### Required work
Every line of the entries with the word "NOTDEFINED" in it should be shown.
Start of Material provided
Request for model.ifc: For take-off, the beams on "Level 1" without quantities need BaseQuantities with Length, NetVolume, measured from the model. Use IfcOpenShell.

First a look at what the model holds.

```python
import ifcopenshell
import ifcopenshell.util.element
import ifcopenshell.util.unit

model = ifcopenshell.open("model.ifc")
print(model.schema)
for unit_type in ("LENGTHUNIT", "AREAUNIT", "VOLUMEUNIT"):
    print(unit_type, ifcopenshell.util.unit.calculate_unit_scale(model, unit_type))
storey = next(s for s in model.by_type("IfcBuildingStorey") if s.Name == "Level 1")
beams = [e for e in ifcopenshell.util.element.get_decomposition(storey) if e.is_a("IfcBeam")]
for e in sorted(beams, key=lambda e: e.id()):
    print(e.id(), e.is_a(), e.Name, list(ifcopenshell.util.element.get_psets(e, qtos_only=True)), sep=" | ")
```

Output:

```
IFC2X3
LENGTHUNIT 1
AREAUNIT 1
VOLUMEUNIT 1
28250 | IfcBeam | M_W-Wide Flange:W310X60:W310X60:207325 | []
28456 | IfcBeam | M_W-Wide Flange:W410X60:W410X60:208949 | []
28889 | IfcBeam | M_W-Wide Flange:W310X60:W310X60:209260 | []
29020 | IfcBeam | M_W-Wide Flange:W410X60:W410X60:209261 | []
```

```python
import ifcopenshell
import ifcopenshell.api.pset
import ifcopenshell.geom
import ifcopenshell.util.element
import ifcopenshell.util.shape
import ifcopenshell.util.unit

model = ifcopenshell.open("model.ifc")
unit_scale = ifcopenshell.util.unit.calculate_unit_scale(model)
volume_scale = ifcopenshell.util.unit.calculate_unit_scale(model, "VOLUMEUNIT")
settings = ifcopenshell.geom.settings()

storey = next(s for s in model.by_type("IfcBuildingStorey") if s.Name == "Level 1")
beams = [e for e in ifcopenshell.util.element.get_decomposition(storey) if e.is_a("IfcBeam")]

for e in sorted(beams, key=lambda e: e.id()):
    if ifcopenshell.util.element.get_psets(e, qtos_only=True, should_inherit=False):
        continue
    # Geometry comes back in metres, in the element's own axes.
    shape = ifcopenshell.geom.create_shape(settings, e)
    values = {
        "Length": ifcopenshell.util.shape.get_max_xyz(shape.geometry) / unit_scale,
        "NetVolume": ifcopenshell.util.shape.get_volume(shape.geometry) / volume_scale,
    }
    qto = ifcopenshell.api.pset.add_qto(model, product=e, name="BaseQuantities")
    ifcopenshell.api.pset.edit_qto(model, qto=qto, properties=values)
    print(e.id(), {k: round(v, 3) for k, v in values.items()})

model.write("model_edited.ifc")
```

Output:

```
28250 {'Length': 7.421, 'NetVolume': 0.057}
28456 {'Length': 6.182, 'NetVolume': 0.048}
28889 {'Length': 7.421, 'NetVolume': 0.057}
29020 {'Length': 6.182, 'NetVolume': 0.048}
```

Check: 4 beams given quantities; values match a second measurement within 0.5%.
End of Material provided
Start of Material provided
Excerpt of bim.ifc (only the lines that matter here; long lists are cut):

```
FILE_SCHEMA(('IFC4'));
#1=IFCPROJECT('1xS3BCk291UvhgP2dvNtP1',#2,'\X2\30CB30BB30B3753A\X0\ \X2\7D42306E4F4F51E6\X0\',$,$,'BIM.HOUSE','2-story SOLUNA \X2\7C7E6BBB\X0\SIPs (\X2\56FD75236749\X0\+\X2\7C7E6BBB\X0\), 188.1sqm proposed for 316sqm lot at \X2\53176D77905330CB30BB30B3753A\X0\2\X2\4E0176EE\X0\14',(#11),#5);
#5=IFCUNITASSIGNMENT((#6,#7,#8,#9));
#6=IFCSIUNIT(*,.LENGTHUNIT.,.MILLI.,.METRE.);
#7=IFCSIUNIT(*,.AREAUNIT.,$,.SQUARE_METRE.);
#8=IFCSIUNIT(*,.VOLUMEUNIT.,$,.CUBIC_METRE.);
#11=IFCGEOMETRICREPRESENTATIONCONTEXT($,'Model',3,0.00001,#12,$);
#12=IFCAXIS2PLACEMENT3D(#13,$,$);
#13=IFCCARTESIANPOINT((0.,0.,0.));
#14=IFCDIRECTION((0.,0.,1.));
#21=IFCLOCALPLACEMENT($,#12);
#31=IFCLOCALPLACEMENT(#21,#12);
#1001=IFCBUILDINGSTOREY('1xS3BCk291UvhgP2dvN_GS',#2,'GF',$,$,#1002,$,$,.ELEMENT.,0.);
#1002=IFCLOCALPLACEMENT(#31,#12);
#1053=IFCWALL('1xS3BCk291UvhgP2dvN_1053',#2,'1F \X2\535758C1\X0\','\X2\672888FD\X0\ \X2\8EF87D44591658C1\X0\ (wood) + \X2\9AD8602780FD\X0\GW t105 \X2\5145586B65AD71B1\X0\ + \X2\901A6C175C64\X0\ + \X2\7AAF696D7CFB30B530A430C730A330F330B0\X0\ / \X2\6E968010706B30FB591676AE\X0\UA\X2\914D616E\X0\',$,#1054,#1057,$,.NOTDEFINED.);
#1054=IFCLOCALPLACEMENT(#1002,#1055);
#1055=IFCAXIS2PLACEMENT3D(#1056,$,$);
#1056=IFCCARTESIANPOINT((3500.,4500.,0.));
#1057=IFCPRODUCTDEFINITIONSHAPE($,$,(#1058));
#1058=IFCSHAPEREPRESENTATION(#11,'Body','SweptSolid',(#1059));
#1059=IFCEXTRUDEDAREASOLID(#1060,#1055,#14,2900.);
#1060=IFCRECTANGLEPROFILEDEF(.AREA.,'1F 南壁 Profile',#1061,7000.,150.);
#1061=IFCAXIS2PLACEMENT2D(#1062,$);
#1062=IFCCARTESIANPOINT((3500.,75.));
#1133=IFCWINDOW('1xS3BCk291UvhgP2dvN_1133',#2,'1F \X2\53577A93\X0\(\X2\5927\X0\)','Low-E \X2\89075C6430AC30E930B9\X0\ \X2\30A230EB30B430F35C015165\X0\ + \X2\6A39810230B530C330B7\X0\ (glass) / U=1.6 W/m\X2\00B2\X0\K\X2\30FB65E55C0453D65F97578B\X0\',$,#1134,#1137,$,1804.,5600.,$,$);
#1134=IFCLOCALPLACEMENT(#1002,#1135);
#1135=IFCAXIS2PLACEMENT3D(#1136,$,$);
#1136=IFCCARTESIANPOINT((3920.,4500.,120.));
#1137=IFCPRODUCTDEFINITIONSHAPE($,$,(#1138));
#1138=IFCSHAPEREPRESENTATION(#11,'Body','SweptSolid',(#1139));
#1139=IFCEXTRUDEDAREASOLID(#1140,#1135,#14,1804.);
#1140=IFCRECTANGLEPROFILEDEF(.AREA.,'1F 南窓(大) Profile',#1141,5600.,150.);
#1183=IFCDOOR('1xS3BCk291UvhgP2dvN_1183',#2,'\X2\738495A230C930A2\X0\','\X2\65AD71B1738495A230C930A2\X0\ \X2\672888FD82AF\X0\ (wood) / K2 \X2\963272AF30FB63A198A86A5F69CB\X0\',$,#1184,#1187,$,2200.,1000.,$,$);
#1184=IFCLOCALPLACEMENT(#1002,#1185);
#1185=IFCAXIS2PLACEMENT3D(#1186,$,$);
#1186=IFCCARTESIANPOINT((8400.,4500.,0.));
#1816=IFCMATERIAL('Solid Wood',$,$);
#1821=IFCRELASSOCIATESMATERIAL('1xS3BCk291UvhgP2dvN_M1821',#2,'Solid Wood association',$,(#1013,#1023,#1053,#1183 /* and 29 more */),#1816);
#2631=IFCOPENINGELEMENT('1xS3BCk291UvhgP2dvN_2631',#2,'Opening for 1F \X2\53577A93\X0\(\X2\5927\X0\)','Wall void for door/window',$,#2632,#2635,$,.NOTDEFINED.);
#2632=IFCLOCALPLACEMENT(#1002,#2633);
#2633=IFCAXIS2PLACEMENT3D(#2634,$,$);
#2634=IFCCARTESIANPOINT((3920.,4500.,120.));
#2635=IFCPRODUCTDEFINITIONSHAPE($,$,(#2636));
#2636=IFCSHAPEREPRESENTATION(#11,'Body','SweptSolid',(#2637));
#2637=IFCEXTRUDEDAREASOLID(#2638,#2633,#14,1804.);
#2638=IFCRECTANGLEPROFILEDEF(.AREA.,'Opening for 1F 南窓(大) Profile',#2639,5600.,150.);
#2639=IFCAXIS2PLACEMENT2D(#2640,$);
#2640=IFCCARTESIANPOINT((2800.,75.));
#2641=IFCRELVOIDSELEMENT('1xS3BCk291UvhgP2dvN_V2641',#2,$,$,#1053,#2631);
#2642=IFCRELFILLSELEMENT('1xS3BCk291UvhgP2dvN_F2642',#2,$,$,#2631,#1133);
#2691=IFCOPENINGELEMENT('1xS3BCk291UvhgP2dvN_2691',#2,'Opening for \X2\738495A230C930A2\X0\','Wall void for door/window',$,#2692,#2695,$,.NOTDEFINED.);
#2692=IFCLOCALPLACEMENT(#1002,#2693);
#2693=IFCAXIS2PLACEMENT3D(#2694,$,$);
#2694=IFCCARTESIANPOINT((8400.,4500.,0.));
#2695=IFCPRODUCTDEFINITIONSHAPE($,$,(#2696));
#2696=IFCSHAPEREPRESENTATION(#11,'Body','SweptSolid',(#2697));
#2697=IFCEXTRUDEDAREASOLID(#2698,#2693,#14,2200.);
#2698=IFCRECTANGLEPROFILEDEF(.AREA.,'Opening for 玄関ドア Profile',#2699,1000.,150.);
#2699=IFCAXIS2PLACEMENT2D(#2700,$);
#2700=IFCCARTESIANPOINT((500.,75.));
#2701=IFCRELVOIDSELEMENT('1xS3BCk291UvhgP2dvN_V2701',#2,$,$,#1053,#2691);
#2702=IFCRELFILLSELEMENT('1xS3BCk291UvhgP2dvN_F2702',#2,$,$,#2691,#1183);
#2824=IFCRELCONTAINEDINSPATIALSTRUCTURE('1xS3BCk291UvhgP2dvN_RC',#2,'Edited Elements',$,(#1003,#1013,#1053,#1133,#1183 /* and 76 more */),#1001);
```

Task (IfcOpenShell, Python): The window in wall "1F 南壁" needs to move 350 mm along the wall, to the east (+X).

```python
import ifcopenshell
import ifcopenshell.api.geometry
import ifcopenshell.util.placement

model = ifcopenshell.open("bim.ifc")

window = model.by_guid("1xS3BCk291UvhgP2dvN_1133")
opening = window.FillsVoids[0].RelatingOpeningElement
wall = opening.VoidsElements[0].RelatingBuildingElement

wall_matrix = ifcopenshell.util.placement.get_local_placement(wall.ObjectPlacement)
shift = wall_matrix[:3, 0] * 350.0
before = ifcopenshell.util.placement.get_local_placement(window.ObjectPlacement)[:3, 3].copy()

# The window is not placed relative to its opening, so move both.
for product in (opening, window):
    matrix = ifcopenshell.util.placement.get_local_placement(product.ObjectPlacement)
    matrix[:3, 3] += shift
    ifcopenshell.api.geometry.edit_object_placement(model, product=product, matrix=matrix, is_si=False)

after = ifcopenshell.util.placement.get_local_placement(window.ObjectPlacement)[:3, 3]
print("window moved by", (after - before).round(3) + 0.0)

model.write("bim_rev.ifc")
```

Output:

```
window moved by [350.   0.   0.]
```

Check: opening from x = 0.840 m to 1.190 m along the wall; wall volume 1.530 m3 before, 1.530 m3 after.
End of Material provided
Start of Material provided
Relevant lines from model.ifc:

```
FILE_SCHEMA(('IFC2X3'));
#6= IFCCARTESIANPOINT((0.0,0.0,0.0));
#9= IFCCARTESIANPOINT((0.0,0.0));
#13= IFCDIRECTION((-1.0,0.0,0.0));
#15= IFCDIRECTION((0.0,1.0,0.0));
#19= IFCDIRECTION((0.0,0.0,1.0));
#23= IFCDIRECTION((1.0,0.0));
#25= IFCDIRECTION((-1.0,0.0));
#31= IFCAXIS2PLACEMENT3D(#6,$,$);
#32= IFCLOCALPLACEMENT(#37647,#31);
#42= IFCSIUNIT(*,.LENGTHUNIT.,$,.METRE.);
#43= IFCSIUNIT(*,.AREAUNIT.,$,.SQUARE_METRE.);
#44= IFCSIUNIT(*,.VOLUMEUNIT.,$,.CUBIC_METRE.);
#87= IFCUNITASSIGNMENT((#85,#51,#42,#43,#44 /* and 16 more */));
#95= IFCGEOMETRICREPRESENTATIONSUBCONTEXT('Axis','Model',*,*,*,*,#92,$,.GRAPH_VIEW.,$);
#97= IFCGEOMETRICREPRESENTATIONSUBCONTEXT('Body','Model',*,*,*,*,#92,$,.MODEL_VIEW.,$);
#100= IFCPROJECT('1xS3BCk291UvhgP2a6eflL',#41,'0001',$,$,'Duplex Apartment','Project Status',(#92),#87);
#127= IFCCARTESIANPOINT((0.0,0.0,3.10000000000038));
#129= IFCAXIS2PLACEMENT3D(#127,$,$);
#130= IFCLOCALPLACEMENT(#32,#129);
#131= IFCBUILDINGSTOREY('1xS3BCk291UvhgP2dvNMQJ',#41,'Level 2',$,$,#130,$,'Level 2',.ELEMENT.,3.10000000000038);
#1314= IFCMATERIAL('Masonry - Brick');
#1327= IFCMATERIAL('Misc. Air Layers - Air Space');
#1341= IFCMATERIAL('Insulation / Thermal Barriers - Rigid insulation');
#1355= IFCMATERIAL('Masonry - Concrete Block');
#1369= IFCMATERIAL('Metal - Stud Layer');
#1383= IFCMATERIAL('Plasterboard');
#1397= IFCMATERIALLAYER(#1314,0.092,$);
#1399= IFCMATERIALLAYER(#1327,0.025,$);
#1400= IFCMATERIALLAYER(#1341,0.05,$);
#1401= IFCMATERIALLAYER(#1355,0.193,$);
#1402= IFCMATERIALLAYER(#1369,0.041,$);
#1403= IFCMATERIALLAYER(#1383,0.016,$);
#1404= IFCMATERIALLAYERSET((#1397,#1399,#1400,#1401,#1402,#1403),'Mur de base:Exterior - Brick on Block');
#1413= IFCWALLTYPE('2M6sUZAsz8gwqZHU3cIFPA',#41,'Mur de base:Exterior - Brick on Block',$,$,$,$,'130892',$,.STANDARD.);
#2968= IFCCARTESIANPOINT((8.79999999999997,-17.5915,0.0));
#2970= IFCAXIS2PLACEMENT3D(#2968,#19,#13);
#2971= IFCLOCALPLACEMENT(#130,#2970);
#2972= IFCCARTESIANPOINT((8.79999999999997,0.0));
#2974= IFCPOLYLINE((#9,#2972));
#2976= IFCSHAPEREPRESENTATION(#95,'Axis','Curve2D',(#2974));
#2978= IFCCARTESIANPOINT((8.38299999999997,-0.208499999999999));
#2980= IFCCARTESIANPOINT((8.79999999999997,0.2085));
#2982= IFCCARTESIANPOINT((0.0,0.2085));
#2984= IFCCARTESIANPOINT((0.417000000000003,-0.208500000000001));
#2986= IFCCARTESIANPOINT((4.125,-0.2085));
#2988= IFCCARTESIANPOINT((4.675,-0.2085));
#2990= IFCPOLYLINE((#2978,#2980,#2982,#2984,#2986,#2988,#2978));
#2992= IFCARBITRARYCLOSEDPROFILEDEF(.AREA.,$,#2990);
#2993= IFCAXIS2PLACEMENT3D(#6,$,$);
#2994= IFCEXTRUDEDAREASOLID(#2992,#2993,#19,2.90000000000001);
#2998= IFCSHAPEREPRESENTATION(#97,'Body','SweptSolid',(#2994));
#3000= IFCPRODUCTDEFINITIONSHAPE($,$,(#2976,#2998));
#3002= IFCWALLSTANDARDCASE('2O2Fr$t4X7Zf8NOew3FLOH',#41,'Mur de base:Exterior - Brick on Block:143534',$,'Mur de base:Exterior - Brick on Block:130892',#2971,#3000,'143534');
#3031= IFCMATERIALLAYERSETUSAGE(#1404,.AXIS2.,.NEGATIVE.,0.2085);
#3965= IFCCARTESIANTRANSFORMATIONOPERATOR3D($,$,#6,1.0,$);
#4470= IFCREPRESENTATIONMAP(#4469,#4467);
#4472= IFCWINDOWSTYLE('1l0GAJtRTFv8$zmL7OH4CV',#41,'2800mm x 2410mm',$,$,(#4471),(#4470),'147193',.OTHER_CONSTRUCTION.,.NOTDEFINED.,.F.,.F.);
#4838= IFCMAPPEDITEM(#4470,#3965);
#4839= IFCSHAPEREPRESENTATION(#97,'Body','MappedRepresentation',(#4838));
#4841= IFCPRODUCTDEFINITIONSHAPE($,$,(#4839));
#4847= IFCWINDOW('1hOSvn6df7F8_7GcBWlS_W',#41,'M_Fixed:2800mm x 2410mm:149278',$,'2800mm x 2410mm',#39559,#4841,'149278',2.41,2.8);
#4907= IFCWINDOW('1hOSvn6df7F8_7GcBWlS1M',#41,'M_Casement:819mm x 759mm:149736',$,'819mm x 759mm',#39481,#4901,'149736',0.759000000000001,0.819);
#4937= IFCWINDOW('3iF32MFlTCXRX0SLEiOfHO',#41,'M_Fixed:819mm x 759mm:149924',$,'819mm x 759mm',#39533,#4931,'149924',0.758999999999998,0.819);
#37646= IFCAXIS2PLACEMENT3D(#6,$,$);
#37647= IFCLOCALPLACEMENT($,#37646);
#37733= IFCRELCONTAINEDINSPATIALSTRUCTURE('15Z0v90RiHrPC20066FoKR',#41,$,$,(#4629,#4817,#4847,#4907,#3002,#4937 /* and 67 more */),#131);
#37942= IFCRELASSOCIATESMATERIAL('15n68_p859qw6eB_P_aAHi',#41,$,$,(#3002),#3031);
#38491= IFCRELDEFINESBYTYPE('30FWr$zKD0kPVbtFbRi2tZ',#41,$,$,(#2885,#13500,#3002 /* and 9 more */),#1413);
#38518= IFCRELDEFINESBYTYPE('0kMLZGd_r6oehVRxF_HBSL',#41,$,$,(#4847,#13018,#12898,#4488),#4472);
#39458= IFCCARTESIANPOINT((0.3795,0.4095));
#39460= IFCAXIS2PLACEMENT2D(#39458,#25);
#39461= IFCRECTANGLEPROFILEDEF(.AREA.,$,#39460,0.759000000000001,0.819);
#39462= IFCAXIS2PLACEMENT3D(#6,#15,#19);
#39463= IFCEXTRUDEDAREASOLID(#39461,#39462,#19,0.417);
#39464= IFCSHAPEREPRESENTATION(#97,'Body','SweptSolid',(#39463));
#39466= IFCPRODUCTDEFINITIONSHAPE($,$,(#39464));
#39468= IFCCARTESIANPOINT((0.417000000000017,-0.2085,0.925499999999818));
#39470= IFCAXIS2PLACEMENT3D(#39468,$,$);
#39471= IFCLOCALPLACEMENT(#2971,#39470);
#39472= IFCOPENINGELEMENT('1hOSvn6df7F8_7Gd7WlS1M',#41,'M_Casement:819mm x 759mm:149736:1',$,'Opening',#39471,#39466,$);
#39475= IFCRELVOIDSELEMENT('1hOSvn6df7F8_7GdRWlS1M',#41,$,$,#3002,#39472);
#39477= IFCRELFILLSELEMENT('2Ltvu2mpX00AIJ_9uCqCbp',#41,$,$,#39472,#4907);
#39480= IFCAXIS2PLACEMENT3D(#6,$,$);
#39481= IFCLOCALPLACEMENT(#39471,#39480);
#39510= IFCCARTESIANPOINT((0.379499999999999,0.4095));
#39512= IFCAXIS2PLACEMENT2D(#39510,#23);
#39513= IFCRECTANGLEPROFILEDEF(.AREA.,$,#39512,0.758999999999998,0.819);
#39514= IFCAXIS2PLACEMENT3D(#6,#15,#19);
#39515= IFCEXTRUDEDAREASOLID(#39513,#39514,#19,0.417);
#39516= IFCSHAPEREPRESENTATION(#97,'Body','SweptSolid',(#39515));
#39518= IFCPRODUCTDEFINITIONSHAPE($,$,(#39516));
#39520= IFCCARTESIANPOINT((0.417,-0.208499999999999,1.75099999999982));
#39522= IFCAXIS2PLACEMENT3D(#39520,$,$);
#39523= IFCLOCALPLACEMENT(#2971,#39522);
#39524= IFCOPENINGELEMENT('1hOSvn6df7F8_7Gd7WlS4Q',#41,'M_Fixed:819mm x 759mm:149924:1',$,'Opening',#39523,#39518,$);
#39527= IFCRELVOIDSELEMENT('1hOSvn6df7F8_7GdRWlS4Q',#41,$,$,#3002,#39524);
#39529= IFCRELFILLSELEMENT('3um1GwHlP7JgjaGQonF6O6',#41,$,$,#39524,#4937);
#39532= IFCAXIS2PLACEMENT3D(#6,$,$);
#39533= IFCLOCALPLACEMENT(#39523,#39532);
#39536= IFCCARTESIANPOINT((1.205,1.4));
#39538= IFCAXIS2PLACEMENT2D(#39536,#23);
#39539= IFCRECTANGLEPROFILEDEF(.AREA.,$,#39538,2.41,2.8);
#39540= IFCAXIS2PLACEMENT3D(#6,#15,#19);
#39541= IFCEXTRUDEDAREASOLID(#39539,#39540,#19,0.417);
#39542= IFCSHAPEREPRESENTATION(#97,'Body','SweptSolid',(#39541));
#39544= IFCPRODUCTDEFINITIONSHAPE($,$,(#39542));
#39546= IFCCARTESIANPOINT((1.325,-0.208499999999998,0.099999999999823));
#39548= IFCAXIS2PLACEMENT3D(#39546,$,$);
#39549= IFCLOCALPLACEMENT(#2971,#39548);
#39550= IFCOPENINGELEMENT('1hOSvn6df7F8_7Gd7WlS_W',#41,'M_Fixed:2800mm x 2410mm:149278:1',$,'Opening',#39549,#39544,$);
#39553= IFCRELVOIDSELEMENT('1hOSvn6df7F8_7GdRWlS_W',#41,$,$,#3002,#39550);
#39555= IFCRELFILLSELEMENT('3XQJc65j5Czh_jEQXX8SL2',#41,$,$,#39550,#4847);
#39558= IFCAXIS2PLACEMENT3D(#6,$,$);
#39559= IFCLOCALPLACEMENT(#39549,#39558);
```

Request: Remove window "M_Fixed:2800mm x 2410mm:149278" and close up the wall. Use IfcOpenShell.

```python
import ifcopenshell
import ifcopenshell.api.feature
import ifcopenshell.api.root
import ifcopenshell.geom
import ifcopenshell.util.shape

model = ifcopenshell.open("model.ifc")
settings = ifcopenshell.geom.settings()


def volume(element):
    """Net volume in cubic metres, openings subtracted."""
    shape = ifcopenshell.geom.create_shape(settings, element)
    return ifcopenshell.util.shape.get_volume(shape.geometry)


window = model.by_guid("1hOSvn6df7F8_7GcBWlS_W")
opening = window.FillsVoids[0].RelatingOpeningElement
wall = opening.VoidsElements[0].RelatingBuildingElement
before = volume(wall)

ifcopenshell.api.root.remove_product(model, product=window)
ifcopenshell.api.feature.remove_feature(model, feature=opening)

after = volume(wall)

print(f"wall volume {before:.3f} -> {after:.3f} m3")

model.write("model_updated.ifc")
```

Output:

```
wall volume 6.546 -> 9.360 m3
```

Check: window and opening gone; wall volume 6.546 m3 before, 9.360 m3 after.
End of Material provided
### Exercise answer
#1053=IFCWALL('1xS3BCk291UvhgP2dvN_1053',#2,'1F \X2\535758C1\X0\','\X2\672888FD\X0\ \X2\8EF87D44591658C1\X0\ (wood) + \X2\9AD8602780FD\X0\GW t105 \X2\5145586B65AD71B1\X0\ + \X2\901A6C175C64\X0\ + \X2\7AAF696D7CFB30B530A430C730A330F330B0\X0\ / \X2\6E968010706B30FB591676AE\X0\UA\X2\914D616E\X0\',$,#1054,#1057,$,.NOTDEFINED.);
#2631=IFCOPENINGELEMENT('1xS3BCk291UvhgP2dvN_2631',#2,'Opening for 1F \X2\53577A93\X0\(\X2\5927\X0\)','Wall void for door/window',$,#2632,#2635,$,.NOTDEFINED.);
#2691=IFCOPENINGELEMENT('1xS3BCk291UvhgP2dvN_2691',#2,'Opening for \X2\738495A230C930A2\X0\','Wall void for door/window',$,#2692,#2695,$,.NOTDEFINED.);
#4472= IFCWINDOWSTYLE('1l0GAJtRTFv8$zmL7OH4CV',#41,'2800mm x 2410mm',$,$,(#4471),(#4470),'147193',.OTHER_CONSTRUCTION.,.NOTDEFINED.,.F.,.F.);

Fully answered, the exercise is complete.